## [Task to carry out]
Your task is to copy every line of the entries that contains "IFCLOCALPLACEMENT".

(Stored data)
________________

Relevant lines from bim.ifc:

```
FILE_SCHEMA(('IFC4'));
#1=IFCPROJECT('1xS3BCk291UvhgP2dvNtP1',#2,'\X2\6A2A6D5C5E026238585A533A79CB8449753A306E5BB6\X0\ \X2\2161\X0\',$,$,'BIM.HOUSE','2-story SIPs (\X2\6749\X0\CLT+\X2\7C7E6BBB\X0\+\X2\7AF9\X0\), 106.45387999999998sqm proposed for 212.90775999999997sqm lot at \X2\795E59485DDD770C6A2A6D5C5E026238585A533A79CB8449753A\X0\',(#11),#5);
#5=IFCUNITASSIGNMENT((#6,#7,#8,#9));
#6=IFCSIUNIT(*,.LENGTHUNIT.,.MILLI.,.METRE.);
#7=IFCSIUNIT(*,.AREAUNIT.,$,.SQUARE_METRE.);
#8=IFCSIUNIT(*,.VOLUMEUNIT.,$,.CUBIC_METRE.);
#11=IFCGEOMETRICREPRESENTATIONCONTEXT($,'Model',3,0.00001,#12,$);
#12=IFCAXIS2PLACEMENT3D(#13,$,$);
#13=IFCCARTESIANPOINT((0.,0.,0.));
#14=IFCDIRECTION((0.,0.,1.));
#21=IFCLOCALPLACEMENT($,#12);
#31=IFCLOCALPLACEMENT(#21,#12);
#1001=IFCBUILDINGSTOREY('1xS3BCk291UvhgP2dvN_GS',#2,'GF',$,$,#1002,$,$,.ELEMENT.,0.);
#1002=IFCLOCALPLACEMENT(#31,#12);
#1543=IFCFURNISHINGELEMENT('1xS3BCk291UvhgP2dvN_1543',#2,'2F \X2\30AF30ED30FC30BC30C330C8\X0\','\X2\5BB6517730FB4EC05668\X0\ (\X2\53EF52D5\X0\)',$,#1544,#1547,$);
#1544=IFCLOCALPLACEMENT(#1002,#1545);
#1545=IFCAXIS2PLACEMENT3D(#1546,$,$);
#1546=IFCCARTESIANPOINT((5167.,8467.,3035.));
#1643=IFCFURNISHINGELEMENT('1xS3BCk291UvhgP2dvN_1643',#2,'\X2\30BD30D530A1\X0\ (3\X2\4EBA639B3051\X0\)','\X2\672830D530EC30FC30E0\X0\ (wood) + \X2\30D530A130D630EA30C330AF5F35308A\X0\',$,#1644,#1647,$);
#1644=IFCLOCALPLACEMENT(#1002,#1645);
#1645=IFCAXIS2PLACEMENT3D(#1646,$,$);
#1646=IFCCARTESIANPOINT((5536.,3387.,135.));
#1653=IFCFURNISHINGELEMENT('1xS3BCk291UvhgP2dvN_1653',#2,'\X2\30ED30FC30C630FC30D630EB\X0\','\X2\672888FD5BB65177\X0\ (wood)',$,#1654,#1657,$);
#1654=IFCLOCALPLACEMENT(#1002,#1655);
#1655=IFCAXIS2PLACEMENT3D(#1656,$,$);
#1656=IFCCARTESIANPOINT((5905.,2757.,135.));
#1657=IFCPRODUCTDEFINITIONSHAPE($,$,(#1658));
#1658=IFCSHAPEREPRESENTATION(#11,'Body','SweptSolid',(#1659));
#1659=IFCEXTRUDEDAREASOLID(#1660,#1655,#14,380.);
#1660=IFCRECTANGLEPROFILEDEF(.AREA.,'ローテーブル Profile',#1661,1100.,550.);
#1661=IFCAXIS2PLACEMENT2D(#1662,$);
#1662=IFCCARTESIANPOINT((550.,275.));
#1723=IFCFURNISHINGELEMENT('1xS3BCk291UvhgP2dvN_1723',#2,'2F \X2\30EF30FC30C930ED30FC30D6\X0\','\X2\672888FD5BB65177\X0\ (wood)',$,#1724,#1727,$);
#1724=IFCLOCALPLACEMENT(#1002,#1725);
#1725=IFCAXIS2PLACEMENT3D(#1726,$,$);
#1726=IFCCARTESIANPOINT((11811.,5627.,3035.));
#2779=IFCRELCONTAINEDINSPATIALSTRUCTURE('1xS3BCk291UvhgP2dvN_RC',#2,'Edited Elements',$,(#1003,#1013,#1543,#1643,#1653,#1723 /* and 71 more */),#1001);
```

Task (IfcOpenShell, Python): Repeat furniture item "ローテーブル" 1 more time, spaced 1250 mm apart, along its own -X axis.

```python
import ifcopenshell
import ifcopenshell.api.geometry
import ifcopenshell.api.root
import ifcopenshell.util.element
import ifcopenshell.util.placement

model = ifcopenshell.open("bim.ifc")


def reuse_history(source, copy):
    """copy_class also copies each property set's owner history, people and application; keep the originals."""
    for rel in copy.IsDefinedBy:
        if rel.is_a("IfcRelDefinesByProperties") and (history := rel.RelatingPropertyDefinition.OwnerHistory):
            rel.RelatingPropertyDefinition.OwnerHistory = source.OwnerHistory
            ifcopenshell.util.element.remove_deep2(model, history)


source = model.by_guid("1xS3BCk291UvhgP2dvN_1653")
base = ifcopenshell.util.placement.get_local_placement(source.ObjectPlacement)
step = -base[:3, 0] * 1250.0

for i in range(1, 2):
    copy = ifcopenshell.api.root.copy_class(model, product=source)
    copy.Representation = ifcopenshell.util.element.copy_deep(
        model, source.Representation, exclude=["IfcGeometricRepresentationContext", "IfcRepresentationMap"]
    )
    reuse_history(source, copy)
    matrix = base.copy()
    matrix[:3, 3] += i * step
    print("added at", matrix[:3, 3].round(3) + 0.0)
    ifcopenshell.api.geometry.edit_object_placement(model, product=copy, matrix=matrix, is_si=False)

model.write("bim_edited.ifc")
```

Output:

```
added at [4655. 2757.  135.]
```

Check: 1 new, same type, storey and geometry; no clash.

________________

## [Output for this exercise]
#21=IFCLOCALPLACEMENT($,#12);
#31=IFCLOCALPLACEMENT(#21,#12);
#1002=IFCLOCALPLACEMENT(#31,#12);
#1544=IFCLOCALPLACEMENT(#1002,#1545);
#1644=IFCLOCALPLACEMENT(#1002,#1645);
#1654=IFCLOCALPLACEMENT(#1002,#1655);
#1724=IFCLOCALPLACEMENT(#1002,#1725);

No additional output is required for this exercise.